▶ Required work
Examine each line of the data. Copy those that contain the string "IFCMATERIAL".

▶ Stored data entries
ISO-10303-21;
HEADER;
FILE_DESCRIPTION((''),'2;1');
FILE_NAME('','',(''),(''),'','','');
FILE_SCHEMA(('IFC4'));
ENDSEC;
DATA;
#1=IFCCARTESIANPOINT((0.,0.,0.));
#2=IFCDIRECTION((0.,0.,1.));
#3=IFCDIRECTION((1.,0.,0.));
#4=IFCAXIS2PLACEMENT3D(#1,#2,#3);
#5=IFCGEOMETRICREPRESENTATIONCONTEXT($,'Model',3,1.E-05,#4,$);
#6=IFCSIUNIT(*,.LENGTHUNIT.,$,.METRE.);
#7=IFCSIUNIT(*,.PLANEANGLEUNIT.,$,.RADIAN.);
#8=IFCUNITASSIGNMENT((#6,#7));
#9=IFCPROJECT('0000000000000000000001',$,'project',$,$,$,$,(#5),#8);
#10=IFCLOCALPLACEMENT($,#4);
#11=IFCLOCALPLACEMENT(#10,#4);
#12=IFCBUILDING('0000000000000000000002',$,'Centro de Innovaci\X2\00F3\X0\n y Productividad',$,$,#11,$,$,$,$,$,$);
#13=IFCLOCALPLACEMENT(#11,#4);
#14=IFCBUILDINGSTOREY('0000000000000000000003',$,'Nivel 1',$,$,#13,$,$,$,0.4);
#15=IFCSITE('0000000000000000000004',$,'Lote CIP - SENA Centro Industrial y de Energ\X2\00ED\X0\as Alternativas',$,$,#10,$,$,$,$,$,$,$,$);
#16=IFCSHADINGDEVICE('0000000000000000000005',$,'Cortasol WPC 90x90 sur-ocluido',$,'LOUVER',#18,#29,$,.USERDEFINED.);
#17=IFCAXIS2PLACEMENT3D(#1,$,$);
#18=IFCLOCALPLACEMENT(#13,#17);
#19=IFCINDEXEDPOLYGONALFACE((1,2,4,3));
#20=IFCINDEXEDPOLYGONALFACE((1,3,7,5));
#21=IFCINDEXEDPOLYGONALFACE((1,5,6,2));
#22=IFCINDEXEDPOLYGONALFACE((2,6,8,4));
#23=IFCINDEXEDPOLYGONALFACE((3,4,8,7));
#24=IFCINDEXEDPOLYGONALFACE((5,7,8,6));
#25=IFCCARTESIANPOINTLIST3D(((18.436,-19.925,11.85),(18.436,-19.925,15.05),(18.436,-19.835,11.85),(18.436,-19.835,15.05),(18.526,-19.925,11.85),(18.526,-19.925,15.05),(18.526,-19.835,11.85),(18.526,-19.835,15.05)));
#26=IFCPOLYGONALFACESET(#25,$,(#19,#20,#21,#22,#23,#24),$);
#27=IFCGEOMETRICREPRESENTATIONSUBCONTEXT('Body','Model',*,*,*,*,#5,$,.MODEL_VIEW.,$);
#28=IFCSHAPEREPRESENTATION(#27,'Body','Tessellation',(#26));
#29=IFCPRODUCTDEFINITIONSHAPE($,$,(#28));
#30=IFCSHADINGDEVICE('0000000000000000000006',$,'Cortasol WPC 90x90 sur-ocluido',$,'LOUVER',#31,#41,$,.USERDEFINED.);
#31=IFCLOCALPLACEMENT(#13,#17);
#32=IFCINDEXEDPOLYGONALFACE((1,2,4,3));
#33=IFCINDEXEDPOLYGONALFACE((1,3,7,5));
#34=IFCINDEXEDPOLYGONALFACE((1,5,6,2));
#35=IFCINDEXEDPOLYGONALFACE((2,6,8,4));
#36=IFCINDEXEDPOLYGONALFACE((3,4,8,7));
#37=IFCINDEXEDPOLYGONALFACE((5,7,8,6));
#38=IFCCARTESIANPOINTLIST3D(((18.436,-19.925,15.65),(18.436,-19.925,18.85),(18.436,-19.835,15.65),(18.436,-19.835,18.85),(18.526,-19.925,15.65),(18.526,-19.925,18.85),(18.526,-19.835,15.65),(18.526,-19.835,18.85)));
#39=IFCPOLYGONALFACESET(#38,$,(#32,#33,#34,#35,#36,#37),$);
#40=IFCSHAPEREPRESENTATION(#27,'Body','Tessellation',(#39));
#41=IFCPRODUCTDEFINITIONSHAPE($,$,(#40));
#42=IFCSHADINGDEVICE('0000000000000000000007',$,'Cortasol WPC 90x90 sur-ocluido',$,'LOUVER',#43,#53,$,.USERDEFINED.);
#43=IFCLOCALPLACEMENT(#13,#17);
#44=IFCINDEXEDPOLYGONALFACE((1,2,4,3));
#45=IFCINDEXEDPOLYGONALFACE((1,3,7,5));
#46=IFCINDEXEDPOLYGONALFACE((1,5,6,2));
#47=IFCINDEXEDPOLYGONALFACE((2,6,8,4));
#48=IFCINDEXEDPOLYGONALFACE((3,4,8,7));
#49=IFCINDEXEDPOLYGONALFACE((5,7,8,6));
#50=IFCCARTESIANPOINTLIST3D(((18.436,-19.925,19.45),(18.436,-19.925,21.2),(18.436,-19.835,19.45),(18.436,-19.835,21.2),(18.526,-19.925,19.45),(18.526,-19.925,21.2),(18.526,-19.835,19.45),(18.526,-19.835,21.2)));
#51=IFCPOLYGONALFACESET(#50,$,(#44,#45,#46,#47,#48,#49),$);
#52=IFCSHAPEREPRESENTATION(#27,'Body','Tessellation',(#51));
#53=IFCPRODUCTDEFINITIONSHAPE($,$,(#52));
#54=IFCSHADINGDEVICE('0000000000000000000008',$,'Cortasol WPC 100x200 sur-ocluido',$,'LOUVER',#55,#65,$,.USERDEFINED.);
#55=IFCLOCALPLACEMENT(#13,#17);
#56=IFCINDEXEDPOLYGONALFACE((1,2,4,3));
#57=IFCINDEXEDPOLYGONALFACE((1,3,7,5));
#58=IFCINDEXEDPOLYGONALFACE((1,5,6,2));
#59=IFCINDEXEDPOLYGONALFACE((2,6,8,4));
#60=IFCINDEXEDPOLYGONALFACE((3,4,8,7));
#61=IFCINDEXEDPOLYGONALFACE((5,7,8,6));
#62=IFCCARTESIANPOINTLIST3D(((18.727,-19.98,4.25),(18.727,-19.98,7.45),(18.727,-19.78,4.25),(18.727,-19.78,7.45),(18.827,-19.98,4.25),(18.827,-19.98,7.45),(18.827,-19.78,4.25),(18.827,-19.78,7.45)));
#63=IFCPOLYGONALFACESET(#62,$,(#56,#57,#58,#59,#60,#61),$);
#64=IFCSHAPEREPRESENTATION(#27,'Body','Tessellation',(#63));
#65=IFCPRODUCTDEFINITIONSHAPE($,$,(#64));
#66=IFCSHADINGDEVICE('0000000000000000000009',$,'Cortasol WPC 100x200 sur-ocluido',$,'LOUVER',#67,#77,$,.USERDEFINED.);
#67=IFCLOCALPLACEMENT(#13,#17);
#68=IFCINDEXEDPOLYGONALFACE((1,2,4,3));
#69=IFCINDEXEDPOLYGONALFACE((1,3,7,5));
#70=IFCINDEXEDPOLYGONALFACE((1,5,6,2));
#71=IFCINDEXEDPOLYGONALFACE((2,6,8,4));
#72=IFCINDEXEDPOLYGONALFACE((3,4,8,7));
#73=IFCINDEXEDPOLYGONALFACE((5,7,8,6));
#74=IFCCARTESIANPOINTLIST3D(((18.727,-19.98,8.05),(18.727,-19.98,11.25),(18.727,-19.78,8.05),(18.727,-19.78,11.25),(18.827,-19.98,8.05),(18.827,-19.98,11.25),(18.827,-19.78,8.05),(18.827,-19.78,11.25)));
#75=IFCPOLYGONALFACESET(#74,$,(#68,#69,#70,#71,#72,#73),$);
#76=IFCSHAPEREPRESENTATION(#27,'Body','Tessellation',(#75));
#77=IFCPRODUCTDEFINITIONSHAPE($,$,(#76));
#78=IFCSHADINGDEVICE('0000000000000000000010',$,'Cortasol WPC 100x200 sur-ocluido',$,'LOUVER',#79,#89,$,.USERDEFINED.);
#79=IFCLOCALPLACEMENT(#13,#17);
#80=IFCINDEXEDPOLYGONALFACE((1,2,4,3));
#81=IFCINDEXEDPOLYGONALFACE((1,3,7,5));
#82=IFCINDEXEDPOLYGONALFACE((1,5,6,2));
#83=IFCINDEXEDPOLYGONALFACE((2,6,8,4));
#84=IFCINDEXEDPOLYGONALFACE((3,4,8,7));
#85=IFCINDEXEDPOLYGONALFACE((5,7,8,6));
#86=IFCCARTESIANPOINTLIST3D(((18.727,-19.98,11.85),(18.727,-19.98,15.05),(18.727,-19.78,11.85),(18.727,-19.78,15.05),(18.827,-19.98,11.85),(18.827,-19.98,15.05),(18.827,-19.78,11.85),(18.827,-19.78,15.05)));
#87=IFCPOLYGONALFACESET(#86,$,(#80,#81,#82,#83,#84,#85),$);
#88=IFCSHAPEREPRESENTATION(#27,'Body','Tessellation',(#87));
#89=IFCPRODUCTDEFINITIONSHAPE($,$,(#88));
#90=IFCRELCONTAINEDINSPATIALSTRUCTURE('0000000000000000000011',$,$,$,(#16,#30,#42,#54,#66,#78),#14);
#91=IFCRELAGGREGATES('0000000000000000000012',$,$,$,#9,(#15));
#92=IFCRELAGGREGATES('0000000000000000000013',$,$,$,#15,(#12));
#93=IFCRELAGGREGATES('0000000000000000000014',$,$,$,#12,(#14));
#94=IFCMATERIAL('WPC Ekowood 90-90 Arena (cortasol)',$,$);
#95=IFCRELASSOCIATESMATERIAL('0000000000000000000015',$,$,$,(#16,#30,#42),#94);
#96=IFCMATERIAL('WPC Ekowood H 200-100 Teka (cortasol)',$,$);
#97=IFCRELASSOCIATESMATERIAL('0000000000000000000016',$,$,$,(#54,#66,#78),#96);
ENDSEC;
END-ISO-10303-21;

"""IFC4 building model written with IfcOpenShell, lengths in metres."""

from ifc_helpers import new_model, si_unit, frame, origin_with_axes, place, context, subcontext, project, spatial, polyline, outline, extrude, material, element, save


model = new_model("IFC4")

# Units and contexts
model_context = context("Model", 3, precision=1e-05, world=origin_with_axes())
body_context = subcontext(model_context, "Body", "Model", "MODEL_VIEW")
ifc_project = project(units=[si_unit("LENGTHUNIT", "METRE"), si_unit("PLANEANGLEUNIT", "RADIAN")], contexts=[model_context])

# Site, building, storey
site_placement = place(None, origin_with_axes())
site = spatial("IfcSite", under=ifc_project, at=site_placement, Name="Lote CIP - SENA Centro Industrial y de Energías Alternativas")
building_placement = place(site_placement, origin_with_axes())
building = spatial("IfcBuilding", under=site, at=building_placement, Name="Centro de Innovación y Productividad")
storey_placement = place(building_placement, origin_with_axes())
storey = spatial("IfcBuildingStorey", under=building, at=storey_placement, Name="Nivel 1", Elevation=0.4)

# Shading devices
ifc_material_1 = material(Name="WPC Ekowood H 200-100 Teka (cortasol)")
ifc_material_2 = material(Name="WPC Ekowood 90-90 Arena (cortasol)")
shading_device_1_placement = place(storey_placement, origin_with_axes())
element("IfcShadingDevice", 1, at=shading_device_1_placement, inside=storey, material=ifc_material_2, Name="Cortasol WPC 90x90 sur-ocluido", ObjectType="LOUVER", PredefinedType="USERDEFINED", context=body_context, shape_type="SweptSolid", body=[
    extrude(outline(polyline([(18.436, -19.925), (18.436, -19.835), (18.526, -19.835), (18.526, -19.925), (18.436, -19.925)])), frame((0.0, 0.0, 11.85)), (0.0, 0.0, 1.0), 3.2),
])
shading_device_2_placement = place(storey_placement, origin_with_axes())
element("IfcShadingDevice", 2, at=shading_device_2_placement, inside=storey, material=ifc_material_2, Name="Cortasol WPC 90x90 sur-ocluido", ObjectType="LOUVER", PredefinedType="USERDEFINED", context=body_context, shape_type="SweptSolid", body=[
    extrude(outline(polyline([(18.436, -19.925), (18.436, -19.835), (18.526, -19.835), (18.526, -19.925), (18.436, -19.925)])), frame((0.0, 0.0, 15.65)), (0.0, 0.0, 1.0), 3.2),
])
shading_device_3_placement = place(storey_placement, origin_with_axes())
element("IfcShadingDevice", 3, at=shading_device_3_placement, inside=storey, material=ifc_material_2, Name="Cortasol WPC 90x90 sur-ocluido", ObjectType="LOUVER", PredefinedType="USERDEFINED", context=body_context, shape_type="SweptSolid", body=[
    extrude(outline(polyline([(18.436, -19.925), (18.436, -19.835), (18.526, -19.835), (18.526, -19.925), (18.436, -19.925)])), frame((0.0, 0.0, 19.45)), (0.0, 0.0, 1.0), 1.75),
])
shading_device_4_placement = place(storey_placement, origin_with_axes())
element("IfcShadingDevice", 4, at=shading_device_4_placement, inside=storey, material=ifc_material_1, Name="Cortasol WPC 100x200 sur-ocluido", ObjectType="LOUVER", PredefinedType="USERDEFINED", context=body_context, shape_type="SweptSolid", body=[
    extrude(outline(polyline([(18.727, -19.98), (18.727, -19.78), (18.827, -19.78), (18.827, -19.98), (18.727, -19.98)])), frame((0.0, 0.0, 4.25)), (0.0, 0.0, 1.0), 3.2),
])
shading_device_5_placement = place(storey_placement, origin_with_axes())
element("IfcShadingDevice", 5, at=shading_device_5_placement, inside=storey, material=ifc_material_1, Name="Cortasol WPC 100x200 sur-ocluido", ObjectType="LOUVER", PredefinedType="USERDEFINED", context=body_context, shape_type="SweptSolid", body=[
    extrude(outline(polyline([(18.727, -19.98), (18.727, -19.78), (18.827, -19.78), (18.827, -19.98), (18.727, -19.98)])), frame((0.0, 0.0, 8.05)), (0.0, 0.0, 1.0), 3.2),
])
shading_device_6_placement = place(storey_placement, origin_with_axes())
element("IfcShadingDevice", 6, at=shading_device_6_placement, inside=storey, material=ifc_material_1, Name="Cortasol WPC 100x200 sur-ocluido", ObjectType="LOUVER", PredefinedType="USERDEFINED", context=body_context, shape_type="SweptSolid", body=[
    extrude(outline(polyline([(18.727, -19.98), (18.727, -19.78), (18.827, -19.78), (18.827, -19.98), (18.727, -19.98)])), frame((0.0, 0.0, 11.85)), (0.0, 0.0, 1.0), 3.2),
])

save(model, "model.ifc")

▶ Task response
#94=IFCMATERIAL('WPC Ekowood 90-90 Arena (cortasol)',$,$);
#96=IFCMATERIAL('WPC Ekowood H 200-100 Teka (cortasol)',$,$);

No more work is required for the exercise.